The situation only grew darker as the day progressed. Eventually, it became evident that there had been a Labor landslide. Churchill himself had prevailed in his constituency Woodford, but otherwise the Conservatives were out. Clement Attlee was to be Britain’s new prime minister. And it was Attlee who went on to represent Britain in his predecessor’s stead during the last leg of the Potsdam Conference.
Such was the magnitude of the Labor victory—they now controlled 146 seats in the House of Commons—that it was widely believed that the party of Winston Churchill could not possibly hope to regain power for a decade at least, perhaps for an entire generation. By that estimate, Churchill, now seventy years of age, would be at least eighty before he could even hope to be prime minister again. Quite simply, the arithmetic was against him.

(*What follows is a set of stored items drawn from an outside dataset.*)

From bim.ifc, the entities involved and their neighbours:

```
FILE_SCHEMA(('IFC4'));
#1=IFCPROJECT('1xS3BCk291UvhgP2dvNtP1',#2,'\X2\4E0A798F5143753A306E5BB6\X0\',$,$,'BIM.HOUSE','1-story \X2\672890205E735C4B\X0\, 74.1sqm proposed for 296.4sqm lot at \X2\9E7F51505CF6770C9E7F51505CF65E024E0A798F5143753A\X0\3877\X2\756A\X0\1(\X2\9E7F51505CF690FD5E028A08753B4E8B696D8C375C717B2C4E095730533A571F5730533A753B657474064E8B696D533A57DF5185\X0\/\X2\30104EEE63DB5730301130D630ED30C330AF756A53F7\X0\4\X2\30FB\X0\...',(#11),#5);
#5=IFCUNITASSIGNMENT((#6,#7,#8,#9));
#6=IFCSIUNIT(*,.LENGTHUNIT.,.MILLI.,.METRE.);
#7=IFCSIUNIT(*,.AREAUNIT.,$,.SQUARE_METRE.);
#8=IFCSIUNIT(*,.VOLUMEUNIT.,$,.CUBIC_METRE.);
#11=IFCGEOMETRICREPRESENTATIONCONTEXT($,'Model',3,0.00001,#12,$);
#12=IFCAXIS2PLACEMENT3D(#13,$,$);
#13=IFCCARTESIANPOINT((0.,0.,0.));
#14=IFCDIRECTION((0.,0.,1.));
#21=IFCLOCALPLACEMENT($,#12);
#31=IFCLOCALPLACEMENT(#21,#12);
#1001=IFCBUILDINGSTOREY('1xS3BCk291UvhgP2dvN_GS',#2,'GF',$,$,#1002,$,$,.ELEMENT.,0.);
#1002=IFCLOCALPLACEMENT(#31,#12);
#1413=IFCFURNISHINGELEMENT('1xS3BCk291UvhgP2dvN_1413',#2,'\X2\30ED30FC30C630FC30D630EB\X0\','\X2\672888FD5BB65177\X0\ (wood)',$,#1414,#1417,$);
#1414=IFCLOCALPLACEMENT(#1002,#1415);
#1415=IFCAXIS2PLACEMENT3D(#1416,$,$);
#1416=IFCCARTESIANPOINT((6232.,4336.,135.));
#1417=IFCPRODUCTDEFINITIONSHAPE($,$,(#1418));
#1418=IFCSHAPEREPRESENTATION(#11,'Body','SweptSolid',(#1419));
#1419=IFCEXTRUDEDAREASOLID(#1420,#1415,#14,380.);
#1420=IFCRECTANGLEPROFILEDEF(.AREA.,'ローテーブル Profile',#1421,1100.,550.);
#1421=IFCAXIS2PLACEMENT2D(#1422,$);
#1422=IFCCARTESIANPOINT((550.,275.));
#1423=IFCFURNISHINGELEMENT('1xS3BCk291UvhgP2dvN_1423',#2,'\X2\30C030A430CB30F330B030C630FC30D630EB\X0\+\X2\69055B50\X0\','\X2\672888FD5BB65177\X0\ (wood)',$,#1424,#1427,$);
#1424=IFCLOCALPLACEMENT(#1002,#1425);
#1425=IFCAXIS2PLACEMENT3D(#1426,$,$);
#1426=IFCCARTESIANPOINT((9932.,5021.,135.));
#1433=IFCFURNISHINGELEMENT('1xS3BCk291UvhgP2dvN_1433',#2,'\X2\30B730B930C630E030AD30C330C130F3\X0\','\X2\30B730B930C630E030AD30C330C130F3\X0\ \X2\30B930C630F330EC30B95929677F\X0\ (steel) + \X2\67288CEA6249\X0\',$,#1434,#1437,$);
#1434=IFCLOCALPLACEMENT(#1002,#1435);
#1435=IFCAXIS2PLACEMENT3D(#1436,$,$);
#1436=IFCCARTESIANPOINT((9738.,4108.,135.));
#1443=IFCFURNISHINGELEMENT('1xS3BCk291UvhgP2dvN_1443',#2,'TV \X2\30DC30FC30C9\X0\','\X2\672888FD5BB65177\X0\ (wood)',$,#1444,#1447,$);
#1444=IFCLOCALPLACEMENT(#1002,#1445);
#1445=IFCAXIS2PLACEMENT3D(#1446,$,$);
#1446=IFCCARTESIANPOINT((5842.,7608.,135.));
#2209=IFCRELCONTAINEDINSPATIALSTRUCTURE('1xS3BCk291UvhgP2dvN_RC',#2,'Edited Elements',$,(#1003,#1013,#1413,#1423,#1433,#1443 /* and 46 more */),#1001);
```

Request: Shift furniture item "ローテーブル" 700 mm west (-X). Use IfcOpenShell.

```python
import ifcopenshell
import ifcopenshell.api.geometry
import ifcopenshell.util.placement
import ifcopenshell.util.unit

model = ifcopenshell.open("bim.ifc")
unit_scale = ifcopenshell.util.unit.calculate_unit_scale(model)

item = model.by_guid("1xS3BCk291UvhgP2dvN_1413")
matrix = ifcopenshell.util.placement.get_local_placement(item.ObjectPlacement)
matrix[0, 3] -= 0.7 / unit_scale
ifcopenshell.api.geometry.edit_object_placement(model, product=item, matrix=matrix, is_si=False)

print(ifcopenshell.util.placement.get_local_placement(item.ObjectPlacement).round(3) + 0.0)

model.write("bim_updated.ifc")
```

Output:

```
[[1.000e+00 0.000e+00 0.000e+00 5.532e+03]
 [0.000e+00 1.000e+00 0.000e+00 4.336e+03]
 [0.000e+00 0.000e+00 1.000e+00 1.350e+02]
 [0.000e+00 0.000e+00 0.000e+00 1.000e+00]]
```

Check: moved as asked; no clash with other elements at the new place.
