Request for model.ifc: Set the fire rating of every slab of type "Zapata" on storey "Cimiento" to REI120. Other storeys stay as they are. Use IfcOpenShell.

First a look at what the model holds.

```python
import ifcopenshell
import ifcopenshell.util.element

model = ifcopenshell.open("model.ifc")
print(model.schema)
storey = next(s for s in model.by_type("IfcBuildingStorey") if s.Name == "Cimiento")
slabs = [e for e in ifcopenshell.util.element.get_decomposition(storey) if e.is_a("IfcSlab")]
seen = {}
for e in slabs:
    element_type = ifcopenshell.util.element.get_type(e)
    key = (element_type.Name if element_type != e and element_type else None, ifcopenshell.util.element.get_pset(e, "Pset_SlabCommon", "FireRating"))
    seen[key] = seen.get(key, 0) + 1
for (name, value), count in sorted(seen.items(), key=str):
    print(count, "x", name, "|", value)
```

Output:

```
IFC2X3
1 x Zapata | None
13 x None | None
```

```python
import ifcopenshell
import ifcopenshell.api.pset
import ifcopenshell.util.element

model = ifcopenshell.open("model.ifc")

storey = next(s for s in model.by_type("IfcBuildingStorey") if s.Name == "Cimiento")
slabs = [e for e in ifcopenshell.util.element.get_decomposition(storey) if e.is_a("IfcSlab")]

count = 0
for e in slabs:
    element_type = ifcopenshell.util.element.get_type(e)
    if element_type in (None, e) or element_type.Name != "Zapata":
        continue
    # add_pset returns the element's existing set when there is one.
    pset = ifcopenshell.api.pset.add_pset(model, product=e, name="Pset_SlabCommon")
    ifcopenshell.api.pset.edit_pset(model, pset=pset, properties={"FireRating": "REI120"})
    count += 1

print(count, "slabs updated")

model.write("model_rev.ifc")
```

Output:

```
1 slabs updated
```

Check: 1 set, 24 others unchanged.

Kick was attending a dinner party presided over by society hostess Emerald Cunard when it was announced that Churchill had gone to Buckingham Palace to submit his resignation to the King. The Conservative rout held immense personal meaning for Kick, marking as it did the end of a world and of a way of life in which she had once invested all of her hopes, even at the risk of having to break with her family and with her church. Of the young men in Kick’s circle, only Michael Astor and Hugh Fraser won their seats. Andrew Cavendish, Robert Cecil, and the rest had all been vanquished.

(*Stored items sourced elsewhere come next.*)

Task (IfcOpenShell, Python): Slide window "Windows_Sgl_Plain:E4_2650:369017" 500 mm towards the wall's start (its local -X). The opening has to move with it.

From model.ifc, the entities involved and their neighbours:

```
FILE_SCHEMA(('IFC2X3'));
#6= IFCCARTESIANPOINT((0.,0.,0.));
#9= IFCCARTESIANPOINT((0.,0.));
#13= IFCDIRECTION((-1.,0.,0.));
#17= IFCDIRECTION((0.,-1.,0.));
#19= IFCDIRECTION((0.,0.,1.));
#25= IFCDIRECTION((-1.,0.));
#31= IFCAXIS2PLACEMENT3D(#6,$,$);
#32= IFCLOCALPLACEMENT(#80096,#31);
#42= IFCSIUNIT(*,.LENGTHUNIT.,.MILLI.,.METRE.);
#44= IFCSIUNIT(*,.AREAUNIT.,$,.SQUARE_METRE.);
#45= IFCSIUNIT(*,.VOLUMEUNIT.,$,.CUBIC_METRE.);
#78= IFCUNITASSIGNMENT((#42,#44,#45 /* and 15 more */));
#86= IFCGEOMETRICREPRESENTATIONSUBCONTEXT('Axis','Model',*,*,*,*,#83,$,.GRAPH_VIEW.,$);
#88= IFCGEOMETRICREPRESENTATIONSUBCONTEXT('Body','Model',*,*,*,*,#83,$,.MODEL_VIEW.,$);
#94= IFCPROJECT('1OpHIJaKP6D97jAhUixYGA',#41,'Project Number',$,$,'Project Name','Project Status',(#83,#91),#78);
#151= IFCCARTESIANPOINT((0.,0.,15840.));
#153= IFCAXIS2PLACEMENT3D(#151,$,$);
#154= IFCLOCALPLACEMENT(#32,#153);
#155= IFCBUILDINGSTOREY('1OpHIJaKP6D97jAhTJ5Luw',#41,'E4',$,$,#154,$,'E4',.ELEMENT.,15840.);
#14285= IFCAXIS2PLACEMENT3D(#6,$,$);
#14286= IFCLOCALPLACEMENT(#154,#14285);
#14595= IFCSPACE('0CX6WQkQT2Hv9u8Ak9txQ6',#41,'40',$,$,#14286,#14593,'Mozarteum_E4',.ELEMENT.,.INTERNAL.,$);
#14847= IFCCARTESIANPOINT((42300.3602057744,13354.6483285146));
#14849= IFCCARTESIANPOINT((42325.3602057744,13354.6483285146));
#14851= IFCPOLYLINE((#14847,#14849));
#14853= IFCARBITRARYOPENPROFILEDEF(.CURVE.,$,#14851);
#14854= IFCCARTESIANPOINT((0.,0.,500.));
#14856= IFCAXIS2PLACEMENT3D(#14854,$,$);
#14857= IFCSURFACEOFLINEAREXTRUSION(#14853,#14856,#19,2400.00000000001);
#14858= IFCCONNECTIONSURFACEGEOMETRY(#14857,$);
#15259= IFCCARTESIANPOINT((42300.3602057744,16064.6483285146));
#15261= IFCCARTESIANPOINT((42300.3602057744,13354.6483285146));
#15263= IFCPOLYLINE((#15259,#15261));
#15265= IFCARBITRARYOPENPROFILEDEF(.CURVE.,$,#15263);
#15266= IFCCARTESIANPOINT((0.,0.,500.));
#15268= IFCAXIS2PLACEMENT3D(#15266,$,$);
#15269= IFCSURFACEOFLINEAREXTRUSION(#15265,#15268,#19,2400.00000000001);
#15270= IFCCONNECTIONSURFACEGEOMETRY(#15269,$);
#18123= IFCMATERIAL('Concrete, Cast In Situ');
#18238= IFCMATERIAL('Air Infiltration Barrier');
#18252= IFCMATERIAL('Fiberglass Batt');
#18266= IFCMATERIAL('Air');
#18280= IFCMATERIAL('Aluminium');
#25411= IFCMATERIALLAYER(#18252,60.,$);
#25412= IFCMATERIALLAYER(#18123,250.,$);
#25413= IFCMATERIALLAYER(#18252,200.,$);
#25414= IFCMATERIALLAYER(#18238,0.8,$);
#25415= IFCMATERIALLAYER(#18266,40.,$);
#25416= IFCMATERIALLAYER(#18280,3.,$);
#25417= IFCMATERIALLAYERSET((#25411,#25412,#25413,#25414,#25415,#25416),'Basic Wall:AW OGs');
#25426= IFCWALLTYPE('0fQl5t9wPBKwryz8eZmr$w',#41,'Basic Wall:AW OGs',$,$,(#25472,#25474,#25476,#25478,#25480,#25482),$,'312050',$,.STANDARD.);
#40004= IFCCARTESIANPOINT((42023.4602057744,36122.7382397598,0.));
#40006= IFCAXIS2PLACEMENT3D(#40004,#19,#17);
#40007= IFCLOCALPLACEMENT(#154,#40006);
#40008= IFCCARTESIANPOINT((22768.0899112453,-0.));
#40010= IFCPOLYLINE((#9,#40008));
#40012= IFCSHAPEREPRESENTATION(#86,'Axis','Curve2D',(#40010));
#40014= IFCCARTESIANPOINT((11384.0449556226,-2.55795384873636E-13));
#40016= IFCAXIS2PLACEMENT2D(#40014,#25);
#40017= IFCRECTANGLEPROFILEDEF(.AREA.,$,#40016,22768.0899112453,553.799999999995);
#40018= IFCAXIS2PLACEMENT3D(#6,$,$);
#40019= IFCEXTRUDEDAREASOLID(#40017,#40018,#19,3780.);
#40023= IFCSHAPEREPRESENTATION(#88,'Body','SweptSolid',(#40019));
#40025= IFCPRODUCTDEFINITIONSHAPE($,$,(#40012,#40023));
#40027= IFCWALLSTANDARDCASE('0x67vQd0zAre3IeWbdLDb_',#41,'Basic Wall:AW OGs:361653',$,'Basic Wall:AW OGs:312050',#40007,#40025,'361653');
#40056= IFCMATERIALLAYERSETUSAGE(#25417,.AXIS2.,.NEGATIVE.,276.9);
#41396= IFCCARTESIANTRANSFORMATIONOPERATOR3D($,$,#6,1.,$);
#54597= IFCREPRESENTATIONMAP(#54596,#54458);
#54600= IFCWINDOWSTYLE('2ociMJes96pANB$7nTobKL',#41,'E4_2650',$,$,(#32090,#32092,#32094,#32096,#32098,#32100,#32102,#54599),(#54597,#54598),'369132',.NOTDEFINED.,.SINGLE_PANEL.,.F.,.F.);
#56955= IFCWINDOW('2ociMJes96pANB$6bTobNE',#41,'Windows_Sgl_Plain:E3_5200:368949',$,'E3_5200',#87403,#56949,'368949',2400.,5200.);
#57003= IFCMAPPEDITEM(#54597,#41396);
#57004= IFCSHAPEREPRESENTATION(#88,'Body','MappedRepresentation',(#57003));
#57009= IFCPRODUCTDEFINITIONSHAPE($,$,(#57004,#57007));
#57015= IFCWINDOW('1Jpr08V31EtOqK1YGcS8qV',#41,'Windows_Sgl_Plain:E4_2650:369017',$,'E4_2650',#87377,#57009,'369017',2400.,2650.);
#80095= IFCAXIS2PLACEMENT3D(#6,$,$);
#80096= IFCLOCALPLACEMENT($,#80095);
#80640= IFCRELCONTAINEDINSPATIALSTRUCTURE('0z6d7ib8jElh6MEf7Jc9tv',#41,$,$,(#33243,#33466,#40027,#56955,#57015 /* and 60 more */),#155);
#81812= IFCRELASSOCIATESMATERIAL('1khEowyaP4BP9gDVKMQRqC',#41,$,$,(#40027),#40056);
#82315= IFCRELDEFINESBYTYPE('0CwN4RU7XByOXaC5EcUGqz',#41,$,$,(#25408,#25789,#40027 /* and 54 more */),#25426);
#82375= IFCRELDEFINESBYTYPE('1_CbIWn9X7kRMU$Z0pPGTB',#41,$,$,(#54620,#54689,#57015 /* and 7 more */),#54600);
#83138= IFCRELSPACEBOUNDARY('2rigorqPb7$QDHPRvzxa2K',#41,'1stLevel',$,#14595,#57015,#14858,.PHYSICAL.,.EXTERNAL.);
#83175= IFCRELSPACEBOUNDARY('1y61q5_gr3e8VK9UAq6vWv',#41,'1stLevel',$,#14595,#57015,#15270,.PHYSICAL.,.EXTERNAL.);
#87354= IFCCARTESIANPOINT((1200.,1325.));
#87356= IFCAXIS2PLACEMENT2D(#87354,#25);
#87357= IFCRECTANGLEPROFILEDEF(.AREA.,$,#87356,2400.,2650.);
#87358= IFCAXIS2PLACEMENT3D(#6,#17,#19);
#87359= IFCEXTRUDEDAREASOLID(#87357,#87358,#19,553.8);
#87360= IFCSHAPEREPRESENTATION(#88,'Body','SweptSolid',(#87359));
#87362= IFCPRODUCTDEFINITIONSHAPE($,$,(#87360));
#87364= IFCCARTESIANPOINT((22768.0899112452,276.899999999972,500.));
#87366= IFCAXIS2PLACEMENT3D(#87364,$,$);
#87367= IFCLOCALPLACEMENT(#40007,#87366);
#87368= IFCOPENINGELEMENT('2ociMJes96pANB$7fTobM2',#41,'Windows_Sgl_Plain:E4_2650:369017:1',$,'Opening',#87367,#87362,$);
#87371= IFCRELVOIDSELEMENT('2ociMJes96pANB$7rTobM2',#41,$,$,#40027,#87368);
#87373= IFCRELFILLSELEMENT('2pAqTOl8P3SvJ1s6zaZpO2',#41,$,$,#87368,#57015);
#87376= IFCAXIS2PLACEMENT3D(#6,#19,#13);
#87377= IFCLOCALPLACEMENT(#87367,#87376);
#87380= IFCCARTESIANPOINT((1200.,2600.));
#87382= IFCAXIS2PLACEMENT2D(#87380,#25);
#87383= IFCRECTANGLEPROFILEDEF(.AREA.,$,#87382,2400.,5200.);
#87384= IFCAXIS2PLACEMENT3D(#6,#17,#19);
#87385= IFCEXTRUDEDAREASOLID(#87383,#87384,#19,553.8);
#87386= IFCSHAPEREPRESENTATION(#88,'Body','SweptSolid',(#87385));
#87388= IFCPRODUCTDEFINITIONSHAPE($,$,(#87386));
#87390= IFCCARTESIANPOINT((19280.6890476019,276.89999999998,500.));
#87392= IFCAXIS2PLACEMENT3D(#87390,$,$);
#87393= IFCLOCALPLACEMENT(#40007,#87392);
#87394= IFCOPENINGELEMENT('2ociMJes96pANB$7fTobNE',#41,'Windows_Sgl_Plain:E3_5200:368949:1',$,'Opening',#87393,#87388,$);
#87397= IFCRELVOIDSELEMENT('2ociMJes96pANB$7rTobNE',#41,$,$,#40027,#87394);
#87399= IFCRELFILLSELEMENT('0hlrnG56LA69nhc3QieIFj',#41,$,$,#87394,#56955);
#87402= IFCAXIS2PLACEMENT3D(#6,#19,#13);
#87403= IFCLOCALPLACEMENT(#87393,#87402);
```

```python
import numpy as np
import ifcopenshell
import ifcopenshell.api.geometry
import ifcopenshell.util.placement
import ifcopenshell.util.unit

model = ifcopenshell.open("model.ifc")
unit_scale = ifcopenshell.util.unit.calculate_unit_scale(model)

window = model.by_id(57015)
opening = window.FillsVoids[0].RelatingOpeningElement
wall = opening.VoidsElements[0].RelatingBuildingElement

wall_matrix = ifcopenshell.util.placement.get_local_placement(wall.ObjectPlacement)
shift = wall_matrix[:3, 0] * -0.5 / unit_scale
before = ifcopenshell.util.placement.get_local_placement(window.ObjectPlacement)[:3, 3].copy()

# The window is placed relative to its opening, so it follows when the opening moves.
matrix = ifcopenshell.util.placement.get_local_placement(opening.ObjectPlacement)
matrix[:3, 3] += shift
ifcopenshell.api.geometry.edit_object_placement(
    model, product=opening, matrix=matrix, is_si=False, should_transform_children=True
)

# Space boundary surfaces are stored in each space's coordinates; move them too.
for rel in window.ProvidesBoundaries:
    if not rel.ConnectionGeometry:
        continue
    surface = rel.ConnectionGeometry.SurfaceOnRelatingElement
    space_matrix = ifcopenshell.util.placement.get_local_placement(rel.RelatingSpace.ObjectPlacement)
    point = np.array(surface.Position.Location.Coordinates) + space_matrix[:3, :3].T @ shift
    surface.Position = model.createIfcAxis2Placement3D(
        model.createIfcCartesianPoint(point.tolist()), surface.Position.Axis, surface.Position.RefDirection
    )

after = ifcopenshell.util.placement.get_local_placement(window.ObjectPlacement)[:3, 3]
print("window moved by", (after - before).round(3) + 0.0)

model.write("model_rev.ifc")
```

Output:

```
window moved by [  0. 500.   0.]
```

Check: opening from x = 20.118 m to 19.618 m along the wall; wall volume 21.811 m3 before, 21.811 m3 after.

Nonetheless, it was at this moment that Kick gave her final answer to the lease terms that had been offered to her for a small, charming redbrick house in Smith Square, near Parliament. Before leaving for Ireland to visit Adele Astaire Cavendish, among others, Kick signed a twenty-five-year lease on the property, which she intended to decorate with, in her phrase, “Chatsworth stuff” until she managed to acquire furnishings of her own. In the early days of Kick’s relationship with Billy, Adele had accompanied the couple to Lady Mountbatten’s party for Sally Norton. During the war, Kick had seen a good deal of Adele when both American women worked for the Red Cross in London. Now Kick and Adele were both widows, Charlie Cavendish having died in 1944. Similarly confronted by the question of where she properly belonged, Adele viewed things in a rather different way from Kick.

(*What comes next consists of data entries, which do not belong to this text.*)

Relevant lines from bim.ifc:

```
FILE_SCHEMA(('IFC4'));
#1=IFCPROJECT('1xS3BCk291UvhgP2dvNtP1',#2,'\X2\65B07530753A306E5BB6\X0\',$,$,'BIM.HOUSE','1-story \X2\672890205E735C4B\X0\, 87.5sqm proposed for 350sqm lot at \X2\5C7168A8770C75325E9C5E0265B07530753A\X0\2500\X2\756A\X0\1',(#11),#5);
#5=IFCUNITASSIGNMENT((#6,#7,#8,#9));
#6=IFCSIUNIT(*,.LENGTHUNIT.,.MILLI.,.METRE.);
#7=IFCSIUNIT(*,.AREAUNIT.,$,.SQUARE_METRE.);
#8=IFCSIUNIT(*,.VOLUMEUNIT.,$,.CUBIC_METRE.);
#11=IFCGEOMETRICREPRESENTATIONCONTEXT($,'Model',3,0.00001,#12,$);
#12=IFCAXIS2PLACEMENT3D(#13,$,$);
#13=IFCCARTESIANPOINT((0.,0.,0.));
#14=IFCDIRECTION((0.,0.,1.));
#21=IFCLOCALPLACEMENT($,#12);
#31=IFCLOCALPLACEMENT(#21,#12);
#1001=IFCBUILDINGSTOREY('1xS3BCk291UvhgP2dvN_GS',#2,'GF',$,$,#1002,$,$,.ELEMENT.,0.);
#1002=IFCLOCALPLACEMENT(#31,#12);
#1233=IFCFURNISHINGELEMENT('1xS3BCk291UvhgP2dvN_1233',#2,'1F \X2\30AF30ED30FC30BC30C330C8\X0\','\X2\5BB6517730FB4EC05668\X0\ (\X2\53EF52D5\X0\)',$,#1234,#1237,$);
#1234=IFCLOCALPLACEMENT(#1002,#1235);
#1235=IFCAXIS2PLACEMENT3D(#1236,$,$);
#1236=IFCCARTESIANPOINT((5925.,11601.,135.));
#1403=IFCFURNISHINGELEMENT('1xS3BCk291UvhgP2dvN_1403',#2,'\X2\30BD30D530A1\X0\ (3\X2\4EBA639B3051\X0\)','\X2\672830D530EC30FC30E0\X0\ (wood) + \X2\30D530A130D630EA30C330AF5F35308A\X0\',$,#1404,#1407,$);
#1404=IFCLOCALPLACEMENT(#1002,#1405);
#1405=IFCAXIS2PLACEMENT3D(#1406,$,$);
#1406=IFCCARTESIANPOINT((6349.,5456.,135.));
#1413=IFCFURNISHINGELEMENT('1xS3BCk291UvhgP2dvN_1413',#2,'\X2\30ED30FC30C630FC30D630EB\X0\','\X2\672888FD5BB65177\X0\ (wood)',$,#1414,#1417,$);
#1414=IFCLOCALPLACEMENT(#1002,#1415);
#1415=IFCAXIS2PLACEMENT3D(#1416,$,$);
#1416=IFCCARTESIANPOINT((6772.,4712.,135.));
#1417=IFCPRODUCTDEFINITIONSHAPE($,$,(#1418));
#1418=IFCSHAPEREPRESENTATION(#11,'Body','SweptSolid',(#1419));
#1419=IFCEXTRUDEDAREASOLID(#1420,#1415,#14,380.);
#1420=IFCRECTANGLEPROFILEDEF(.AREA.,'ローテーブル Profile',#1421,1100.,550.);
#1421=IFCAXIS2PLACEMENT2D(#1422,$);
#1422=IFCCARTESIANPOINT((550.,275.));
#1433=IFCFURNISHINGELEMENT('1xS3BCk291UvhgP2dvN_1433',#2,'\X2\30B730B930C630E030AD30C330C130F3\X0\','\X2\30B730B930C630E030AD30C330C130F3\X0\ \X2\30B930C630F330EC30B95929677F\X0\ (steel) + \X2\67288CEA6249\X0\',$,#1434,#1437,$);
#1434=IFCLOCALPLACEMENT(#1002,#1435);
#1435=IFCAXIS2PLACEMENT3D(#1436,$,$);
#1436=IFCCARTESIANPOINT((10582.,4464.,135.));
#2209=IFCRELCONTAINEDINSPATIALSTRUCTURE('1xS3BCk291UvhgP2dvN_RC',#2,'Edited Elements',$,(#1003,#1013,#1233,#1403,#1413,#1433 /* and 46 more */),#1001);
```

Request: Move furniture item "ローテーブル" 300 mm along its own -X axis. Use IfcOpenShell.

```python
import ifcopenshell
import ifcopenshell.api.geometry
import ifcopenshell.util.placement
import ifcopenshell.util.unit

model = ifcopenshell.open("bim.ifc")
unit_scale = ifcopenshell.util.unit.calculate_unit_scale(model)

item = model.by_id(1413)
matrix = ifcopenshell.util.placement.get_local_placement(item.ObjectPlacement)
matrix[:3, 3] -= matrix[:3, 0] * 0.3 / unit_scale
ifcopenshell.api.geometry.edit_object_placement(model, product=item, matrix=matrix, is_si=False)

print(ifcopenshell.util.placement.get_local_placement(item.ObjectPlacement).round(3) + 0.0)

model.write("bim-out.ifc")
```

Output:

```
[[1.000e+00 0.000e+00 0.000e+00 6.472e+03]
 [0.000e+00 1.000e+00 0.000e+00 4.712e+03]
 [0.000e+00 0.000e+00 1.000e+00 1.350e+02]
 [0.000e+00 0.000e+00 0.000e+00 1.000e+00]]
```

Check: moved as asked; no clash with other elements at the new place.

When Kick visited Adele at Lismore Castle in County Waterford, she found that her forty-seven-year-old hostess was set on returning to the U.S. Now that she was alone, Adele regarded America as her home and Britain as a place to visit. Unlike Kick when she landed in London in 1938, Adele had been very much a person in her own right, when in 1923, she first appeared on the London stage with her younger brother Fred. The Astaire siblings, who had been dancing together professionally since she was eight and he five, were full-fledged Broadway stars. Until 1932, when she retired from the dance duo in order to marry, Adele had been the more personally popular and lavishly acclaimed member of the act by far. In later years, Adele never quite recovered from the sense of regret provoked by her loss of the limelight, as well as by the immense fame that Fred went on to achieve on his own. Kick’s situation presented itself as the very opposite of Adele’s. As far as Kick was concerned, she had not existed in her own right until she came to England on the eve of the war. In contrast to Adele, it was Britain that Kick intended to make her postwar home base, from which at intervals she would visit the U.S.